Le diría: “Ruby, yo te lo he hecho”.
Y ella le contestaría, en un susurro: “Es verdad, Clyde,
tú me lo has hecho”.
Y entonces, moriría. Cesaría su vida justo en aquel
momento.
Guardó silencio un instante, echada allí, intentando
componer el rostro en una expresión que la mostrara bella, deseable y muerta.
Clyde tendría que comprarle un vestido para el entierro.
Tendría que cavar una fosa muy profunda detrás de la casa, debajo del cedro, una
tumba. Tendría que hacerle un ataúd de pino y colocarla dentro. Luego la llevaría
hasta la sepultura, la echaría dentro y cubriría el hoyo. Lo haría todo fuera de
sí, gritando y absolutamente trastornado al pensar que jamás podría volver a acariciarla.
Se movió un poco, volvió los ojos hacia la ventana.
La blanca lluvia seguía cayendo firme. Casi no podía respirar pensando lo que era
caer en la tumba, adonde Clyde acudiría; se quedaría inmóvil, con la cabeza baja
y con lágrimas de arrepentimiento.
Un gran relámpago iluminó el cielo. Quedó absorta mirando
hacia la ventana. La agobiaban el calor del fuego y la lástima y la belleza y la
fuerza de su propia muerte. Retumbó el trueno.
Y apareció Clyde, dejando oscuros charquitos por donde
pasaba. Le dio con la culata del rifle, creyendo que estaba dormida.
–¿Qué hay para cenar? –gruñó.
Ella se levantó de un salto y se apartó de él. Luego,
rápida como el rayo, retiró el periódico. El cuarto estaba a oscuras, iluminado
sólo por el fuego. Ruby, que hablaba locuaz desde la sombra enorme de su presencia
pavorosa, encendió una lámpara.
Él seguía allí de pie, como aturdido, aunque afable,
con una expresión de calma y paciencia, quieto.

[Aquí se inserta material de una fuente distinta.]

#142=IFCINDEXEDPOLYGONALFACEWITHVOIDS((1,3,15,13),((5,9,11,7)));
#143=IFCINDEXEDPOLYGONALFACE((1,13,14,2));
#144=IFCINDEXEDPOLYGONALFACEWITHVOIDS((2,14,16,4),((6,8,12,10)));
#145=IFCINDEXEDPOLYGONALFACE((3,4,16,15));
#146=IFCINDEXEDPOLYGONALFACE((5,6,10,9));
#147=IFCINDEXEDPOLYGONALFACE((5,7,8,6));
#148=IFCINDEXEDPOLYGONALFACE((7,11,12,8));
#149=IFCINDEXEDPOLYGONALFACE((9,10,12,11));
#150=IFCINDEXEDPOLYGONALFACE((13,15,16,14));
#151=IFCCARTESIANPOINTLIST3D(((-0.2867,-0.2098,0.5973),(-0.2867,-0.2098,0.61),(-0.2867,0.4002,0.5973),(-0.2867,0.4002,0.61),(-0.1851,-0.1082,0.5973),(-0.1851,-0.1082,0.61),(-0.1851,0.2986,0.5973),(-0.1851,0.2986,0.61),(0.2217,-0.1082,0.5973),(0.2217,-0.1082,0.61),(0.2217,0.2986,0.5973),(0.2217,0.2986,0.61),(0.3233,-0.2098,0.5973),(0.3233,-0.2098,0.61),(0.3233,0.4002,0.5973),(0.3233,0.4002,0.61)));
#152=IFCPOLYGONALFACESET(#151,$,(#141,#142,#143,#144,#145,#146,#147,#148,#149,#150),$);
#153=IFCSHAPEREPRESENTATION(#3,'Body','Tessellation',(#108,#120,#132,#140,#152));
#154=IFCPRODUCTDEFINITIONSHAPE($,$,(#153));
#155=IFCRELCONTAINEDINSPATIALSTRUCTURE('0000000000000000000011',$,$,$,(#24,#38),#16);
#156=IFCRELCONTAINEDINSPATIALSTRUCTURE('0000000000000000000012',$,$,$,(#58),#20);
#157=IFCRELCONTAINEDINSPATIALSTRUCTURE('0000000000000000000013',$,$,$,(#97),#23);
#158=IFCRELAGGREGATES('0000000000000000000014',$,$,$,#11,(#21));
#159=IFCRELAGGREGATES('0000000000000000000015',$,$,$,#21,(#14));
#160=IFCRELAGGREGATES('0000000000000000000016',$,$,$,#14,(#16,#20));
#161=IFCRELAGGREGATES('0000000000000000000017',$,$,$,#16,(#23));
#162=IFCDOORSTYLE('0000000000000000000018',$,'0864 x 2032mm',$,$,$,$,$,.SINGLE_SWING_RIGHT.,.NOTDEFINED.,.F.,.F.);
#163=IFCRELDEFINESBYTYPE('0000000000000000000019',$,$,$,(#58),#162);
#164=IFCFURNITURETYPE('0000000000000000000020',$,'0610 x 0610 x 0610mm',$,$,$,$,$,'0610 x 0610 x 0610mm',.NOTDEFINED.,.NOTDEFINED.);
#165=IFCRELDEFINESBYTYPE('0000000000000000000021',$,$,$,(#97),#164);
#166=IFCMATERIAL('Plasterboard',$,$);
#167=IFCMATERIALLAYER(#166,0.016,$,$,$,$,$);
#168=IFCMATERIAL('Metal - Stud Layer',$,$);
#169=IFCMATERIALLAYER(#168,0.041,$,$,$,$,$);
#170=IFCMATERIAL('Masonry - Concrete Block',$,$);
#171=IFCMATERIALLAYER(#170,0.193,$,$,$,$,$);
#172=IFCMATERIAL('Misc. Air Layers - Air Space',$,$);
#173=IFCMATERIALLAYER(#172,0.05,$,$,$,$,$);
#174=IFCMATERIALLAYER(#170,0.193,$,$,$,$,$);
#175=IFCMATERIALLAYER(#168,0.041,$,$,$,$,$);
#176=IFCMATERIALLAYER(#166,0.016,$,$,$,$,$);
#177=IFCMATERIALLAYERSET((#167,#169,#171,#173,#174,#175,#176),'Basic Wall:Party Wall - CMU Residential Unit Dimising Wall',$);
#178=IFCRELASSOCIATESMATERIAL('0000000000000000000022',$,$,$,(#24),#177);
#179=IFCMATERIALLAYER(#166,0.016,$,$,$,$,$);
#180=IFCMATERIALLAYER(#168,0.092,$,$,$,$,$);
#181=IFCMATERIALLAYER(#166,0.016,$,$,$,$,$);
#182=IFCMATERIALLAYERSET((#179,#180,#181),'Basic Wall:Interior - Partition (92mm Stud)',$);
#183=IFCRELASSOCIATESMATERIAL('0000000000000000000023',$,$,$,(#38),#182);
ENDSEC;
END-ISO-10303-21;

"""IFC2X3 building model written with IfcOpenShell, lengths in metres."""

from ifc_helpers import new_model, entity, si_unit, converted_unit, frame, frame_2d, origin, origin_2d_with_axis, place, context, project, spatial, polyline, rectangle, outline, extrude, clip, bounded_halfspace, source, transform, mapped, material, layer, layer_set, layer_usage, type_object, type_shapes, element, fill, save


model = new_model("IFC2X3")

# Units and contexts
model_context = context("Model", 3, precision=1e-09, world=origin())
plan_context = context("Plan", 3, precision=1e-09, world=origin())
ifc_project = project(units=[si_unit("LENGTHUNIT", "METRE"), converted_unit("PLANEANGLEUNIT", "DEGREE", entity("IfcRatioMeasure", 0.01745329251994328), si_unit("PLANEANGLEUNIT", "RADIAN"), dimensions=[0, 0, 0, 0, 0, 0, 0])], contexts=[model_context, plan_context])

Sacudió las botas, llenas de un
lodo rojizo, y las manos inmensas parecían agobiadas por el agua de lluvia que pasaba
al rifle y goteaba cañón abajo. De pronto, se sentó muy serio en la silla, a la
mesa, sin dar demasiada importancia a la mojadura y al hambre. A su alrededor el
agua goteaba formando charquitos por todas partes.
Ruby empezó a preparar la cena con delicadeza. Andaba
casi de puntillas, descalza, con los pies calientes. Cuando se arrodilló a sacar
las galletas, notó que Clyde la miraba, sonrió e inclinó la cabeza con ternura.

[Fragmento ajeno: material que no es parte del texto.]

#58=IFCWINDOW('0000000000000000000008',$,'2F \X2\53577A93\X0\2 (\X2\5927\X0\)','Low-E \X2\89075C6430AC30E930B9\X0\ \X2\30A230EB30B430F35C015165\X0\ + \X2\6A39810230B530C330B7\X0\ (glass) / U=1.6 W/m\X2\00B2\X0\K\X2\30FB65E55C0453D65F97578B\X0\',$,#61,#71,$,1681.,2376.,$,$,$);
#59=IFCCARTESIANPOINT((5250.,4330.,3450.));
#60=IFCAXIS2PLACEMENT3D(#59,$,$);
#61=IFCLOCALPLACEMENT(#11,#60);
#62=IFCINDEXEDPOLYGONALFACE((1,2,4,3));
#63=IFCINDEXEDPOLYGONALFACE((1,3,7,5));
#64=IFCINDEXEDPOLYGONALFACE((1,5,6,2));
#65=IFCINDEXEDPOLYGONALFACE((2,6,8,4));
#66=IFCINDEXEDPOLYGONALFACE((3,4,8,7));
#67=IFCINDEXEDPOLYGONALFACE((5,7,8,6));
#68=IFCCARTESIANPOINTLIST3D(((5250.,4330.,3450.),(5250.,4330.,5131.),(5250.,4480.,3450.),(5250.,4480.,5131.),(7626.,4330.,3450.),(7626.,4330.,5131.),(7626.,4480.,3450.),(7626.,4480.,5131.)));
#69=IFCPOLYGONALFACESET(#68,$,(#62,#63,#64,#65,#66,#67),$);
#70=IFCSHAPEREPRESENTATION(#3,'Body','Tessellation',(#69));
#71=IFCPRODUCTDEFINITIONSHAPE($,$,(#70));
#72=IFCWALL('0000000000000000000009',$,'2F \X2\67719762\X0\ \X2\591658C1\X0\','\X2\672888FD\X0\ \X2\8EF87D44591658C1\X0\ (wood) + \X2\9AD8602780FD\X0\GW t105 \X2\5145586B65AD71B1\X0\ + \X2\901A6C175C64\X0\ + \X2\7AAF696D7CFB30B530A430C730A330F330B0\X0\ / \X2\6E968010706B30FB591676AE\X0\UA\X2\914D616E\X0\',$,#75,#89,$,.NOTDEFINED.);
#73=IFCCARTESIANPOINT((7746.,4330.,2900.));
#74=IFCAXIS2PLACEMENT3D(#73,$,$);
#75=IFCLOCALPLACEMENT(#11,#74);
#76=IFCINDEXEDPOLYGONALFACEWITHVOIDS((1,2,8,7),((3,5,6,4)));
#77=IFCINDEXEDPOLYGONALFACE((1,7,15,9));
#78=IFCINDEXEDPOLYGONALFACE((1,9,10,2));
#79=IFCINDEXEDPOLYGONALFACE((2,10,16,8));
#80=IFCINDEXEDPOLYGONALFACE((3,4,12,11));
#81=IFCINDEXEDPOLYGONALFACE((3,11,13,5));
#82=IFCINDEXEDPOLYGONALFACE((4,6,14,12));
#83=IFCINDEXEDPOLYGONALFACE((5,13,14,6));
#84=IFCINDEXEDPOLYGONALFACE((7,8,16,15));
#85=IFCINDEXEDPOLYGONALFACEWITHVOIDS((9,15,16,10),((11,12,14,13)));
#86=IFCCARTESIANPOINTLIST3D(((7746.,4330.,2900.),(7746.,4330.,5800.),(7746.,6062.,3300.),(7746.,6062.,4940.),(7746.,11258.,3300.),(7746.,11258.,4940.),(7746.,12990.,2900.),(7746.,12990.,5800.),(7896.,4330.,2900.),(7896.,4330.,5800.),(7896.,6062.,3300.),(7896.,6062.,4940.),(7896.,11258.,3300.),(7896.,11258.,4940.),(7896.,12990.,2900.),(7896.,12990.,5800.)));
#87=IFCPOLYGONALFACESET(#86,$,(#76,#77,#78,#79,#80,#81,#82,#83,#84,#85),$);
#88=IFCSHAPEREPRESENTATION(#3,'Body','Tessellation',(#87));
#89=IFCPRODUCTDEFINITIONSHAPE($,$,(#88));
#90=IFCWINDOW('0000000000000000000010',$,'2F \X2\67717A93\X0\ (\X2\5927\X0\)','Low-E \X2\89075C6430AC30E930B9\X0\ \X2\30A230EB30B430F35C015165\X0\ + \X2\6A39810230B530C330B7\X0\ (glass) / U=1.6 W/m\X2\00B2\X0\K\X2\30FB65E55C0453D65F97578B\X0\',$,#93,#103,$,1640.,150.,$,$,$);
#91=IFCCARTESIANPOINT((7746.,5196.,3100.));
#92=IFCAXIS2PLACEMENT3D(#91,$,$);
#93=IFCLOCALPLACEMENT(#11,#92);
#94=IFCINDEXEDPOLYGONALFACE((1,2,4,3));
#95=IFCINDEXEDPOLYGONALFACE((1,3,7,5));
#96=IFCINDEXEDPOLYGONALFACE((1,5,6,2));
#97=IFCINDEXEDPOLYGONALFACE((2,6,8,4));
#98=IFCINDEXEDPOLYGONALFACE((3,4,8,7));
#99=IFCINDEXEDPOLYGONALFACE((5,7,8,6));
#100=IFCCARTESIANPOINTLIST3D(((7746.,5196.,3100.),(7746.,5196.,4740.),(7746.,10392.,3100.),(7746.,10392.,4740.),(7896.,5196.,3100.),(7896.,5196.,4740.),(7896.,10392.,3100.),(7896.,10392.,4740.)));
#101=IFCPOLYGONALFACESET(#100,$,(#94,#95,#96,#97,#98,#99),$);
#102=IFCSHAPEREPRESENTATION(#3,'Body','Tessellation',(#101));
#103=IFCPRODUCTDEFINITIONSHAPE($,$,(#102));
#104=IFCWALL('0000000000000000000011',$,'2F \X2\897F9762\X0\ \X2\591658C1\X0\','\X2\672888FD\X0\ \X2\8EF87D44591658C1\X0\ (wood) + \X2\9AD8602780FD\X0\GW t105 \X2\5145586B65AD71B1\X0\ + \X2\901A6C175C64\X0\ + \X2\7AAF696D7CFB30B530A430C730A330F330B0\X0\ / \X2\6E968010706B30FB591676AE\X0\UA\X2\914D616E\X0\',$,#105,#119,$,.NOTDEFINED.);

Empezó a mover los brazos de un modo peculiar, misteriosamente dulce y, sin embargo,
brusco y vacilante, de un modo delicado y vulnerable, como si los pechos le causaran
dolor. Hizo muchos viajes innecesarios, en un ir y venir alrededor de Clyde, que
seguía allí sentado en su silencio húmedo, tenedor y cuchillo dispuestos.

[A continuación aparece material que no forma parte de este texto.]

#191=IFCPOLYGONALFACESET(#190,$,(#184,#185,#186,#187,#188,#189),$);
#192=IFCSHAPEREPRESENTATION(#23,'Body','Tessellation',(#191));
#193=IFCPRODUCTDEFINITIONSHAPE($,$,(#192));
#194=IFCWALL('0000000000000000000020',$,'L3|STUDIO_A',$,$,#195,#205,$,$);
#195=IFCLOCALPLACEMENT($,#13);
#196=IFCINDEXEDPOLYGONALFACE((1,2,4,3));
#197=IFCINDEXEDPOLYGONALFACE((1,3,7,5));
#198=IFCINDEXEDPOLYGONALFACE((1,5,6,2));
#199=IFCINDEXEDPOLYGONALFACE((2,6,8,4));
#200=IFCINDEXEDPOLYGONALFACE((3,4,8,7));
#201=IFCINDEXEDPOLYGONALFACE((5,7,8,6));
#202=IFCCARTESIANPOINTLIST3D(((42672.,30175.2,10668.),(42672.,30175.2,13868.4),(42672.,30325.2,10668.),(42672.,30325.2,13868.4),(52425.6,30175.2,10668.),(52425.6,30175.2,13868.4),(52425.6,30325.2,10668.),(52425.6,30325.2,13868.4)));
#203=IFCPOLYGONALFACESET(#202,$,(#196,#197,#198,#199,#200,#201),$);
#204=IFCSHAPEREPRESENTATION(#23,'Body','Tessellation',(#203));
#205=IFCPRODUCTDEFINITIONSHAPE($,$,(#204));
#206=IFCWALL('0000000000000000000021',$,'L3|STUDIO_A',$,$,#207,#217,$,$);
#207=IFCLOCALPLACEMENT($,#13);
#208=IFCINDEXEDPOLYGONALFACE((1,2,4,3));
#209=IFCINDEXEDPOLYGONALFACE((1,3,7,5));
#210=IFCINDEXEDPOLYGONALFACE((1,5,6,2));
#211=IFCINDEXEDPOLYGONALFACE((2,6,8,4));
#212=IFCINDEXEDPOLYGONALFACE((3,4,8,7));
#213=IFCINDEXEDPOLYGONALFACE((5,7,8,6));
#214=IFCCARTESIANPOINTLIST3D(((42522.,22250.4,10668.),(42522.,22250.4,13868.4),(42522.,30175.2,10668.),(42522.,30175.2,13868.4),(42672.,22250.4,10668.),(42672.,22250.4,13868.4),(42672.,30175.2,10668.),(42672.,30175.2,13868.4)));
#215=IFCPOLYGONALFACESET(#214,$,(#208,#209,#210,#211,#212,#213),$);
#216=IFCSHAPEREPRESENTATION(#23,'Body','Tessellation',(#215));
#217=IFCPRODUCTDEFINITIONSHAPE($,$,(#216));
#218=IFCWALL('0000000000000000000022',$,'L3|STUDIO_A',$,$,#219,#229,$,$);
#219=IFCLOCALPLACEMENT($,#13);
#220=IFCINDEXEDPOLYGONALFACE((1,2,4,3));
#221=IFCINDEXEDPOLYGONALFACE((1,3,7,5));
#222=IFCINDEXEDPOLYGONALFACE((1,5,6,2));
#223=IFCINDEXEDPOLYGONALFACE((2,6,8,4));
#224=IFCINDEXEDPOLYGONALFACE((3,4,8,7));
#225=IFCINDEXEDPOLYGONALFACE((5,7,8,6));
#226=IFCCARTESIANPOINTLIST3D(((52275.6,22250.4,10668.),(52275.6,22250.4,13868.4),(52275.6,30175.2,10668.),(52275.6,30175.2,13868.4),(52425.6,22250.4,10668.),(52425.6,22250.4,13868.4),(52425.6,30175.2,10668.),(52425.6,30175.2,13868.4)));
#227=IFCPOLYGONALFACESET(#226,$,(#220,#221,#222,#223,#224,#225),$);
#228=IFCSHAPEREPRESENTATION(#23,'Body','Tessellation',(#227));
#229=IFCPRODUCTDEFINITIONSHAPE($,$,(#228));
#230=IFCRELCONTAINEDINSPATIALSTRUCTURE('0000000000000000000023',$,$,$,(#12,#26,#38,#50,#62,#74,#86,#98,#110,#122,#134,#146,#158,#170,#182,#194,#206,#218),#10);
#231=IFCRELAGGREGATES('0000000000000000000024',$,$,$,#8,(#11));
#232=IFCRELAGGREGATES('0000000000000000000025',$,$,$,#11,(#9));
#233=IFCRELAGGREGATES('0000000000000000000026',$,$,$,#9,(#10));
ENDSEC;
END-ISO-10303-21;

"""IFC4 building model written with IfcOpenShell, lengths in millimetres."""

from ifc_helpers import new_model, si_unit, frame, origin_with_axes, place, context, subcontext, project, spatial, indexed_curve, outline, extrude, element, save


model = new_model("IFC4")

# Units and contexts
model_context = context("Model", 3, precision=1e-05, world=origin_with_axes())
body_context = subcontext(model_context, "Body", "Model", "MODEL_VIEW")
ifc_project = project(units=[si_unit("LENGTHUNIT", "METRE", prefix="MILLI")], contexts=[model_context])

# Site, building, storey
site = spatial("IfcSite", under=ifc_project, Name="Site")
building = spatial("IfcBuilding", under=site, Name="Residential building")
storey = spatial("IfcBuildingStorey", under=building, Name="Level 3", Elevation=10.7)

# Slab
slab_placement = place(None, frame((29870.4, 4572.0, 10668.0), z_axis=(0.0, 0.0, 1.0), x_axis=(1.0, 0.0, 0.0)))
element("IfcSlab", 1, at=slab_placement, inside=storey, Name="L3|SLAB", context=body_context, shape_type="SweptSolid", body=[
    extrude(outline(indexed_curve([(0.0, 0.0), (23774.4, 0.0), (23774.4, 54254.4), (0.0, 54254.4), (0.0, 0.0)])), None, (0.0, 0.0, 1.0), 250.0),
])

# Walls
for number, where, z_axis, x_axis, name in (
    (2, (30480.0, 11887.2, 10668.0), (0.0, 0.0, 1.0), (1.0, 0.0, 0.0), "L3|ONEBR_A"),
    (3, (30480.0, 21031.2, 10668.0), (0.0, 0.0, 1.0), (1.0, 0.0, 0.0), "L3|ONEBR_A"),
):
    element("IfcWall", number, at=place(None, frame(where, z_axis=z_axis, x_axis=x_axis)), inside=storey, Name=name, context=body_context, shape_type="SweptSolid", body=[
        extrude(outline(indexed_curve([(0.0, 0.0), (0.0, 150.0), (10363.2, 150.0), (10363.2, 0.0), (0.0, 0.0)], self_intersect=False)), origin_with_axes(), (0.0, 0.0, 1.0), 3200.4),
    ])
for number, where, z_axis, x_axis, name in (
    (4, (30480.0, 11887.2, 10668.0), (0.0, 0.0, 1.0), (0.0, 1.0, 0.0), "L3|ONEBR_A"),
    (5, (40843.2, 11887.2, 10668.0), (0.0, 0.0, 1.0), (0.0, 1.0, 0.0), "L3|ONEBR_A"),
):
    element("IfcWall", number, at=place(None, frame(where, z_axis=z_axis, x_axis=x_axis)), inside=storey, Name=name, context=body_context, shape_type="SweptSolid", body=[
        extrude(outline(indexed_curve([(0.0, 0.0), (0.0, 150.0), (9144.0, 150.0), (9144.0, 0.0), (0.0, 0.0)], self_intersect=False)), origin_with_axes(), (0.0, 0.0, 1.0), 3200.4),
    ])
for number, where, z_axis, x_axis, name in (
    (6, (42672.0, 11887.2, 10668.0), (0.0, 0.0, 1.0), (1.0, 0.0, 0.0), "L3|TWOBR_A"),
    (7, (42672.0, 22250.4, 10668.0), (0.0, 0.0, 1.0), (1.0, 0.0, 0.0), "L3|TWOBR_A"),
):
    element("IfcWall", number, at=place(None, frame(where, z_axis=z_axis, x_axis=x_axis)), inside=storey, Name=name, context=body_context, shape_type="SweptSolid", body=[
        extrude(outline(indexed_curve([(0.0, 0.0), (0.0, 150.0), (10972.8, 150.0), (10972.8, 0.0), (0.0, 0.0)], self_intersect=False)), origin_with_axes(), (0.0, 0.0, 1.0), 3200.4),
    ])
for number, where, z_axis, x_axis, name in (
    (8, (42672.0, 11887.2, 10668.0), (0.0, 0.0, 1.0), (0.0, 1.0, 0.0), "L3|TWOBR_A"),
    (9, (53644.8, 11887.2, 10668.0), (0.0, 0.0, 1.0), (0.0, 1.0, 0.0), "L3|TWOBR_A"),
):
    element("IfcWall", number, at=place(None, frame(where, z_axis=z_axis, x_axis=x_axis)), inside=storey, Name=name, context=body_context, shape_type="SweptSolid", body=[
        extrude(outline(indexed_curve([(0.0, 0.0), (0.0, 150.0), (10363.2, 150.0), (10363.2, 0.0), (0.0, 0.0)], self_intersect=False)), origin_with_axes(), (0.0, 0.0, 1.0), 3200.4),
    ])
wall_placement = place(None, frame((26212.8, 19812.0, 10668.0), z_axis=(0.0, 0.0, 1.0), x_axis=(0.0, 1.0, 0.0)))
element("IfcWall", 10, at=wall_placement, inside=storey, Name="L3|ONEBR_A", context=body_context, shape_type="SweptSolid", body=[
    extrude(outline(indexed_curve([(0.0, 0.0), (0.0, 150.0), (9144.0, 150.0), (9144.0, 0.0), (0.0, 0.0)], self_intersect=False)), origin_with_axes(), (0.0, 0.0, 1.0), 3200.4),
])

–Bueno, ¿dónde has estado, si puede saberse? –refunfuñó
al fin, cuando ella colocó el primer plato en la mesa.
–En ningún sitio concreto.
–Eso no es una respuesta. ¿Has vuelto a parar algún
coche para que te llevara, eh? –dijo casi riendo entre dientes.
Ella le lanzó una mirada rápida, directa a los ojos.
Ni siquiera lo había oído. La embargaba la dicha. Le temblaba la mano al servir
el café. Le cayó un poco en la muñeca.
Y, de pronto, él dio un gran manotazo en la mesa; saltaron
los platos.
–¡Cualquier día voy a arrancarte a golpes ese diablo
que llevas dentro! –dijo.
Ruby lo esquivó maquinalmente. Dejó que comiera. Luego,
cuando cruzó tenedor y cuchillo sobre el plato, le dio el periódico. Y volvió a
mirarlo complacida. La excitaba hasta tocar el periódico con la mano, oír su rumor
silencioso y secreto mientras lo llevaba, el susurro de sorpresa.
–¡Un periódico! –Clyde lo cogió bruscamente, con gesto
despectivo–. ¿De dónde lo has sacado? ¡Desvergonzada!
–Mira, lee esto de aquí –dijo Ruby, con su vocecita
cantarina. Y abrió el periódico que él sujetaba y señaló el párrafo, muy seria.
Clyde empezó a leer de mala gana. Ella contemplaba su
calva mojada, levemente inclinada y ladeada.
Luego él carraspeó y dijo:
–Es una mentira.
–Es lo que dice el periódico de mí –dijo Ruby, muy erguida.
Cogió el plato y le ofreció aquella mirada de gozo.
Él puso su dedazo torcido en el párrafo, dando golpecitos.
–Bien, me gustaría ver dónde pegué el tiro –gritó furioso,
y alzó la vista, con expresión de desconcierto y resolución.
Pero ella retrocedió, sosteniendo aún el plato vacío;
le hizo frente, erguida, rígida, y se miraron.
El instante quedó de pronto henchido del desvalimiento
de ambos. Se sonrojaron lentamente, como si fueran víctimas de una vergüenza doble
y de un doble placer. Era como si Clyde pudiera haber matado de veras a Ruby y como
si Ruby pudiera haber muerto de verdad a sus manos. Trémula y tenue, aquella posibilidad
se alzó tímidamente como un extraño entre los dos, y los obligó a bajar la cabeza.
Luego Clyde avanzó, con las botas chorreantes, y arrojó
el periódico al agónico fuego, donde permaneció intacto un segundo y luego empezó
a arder. Se quedaron quietos los dos, contemplando las llamas. Las llamas iluminaron
todo el cuarto.
–Mira –dijo Clyde de pronto–. ¡Es un periódico de Tenesí!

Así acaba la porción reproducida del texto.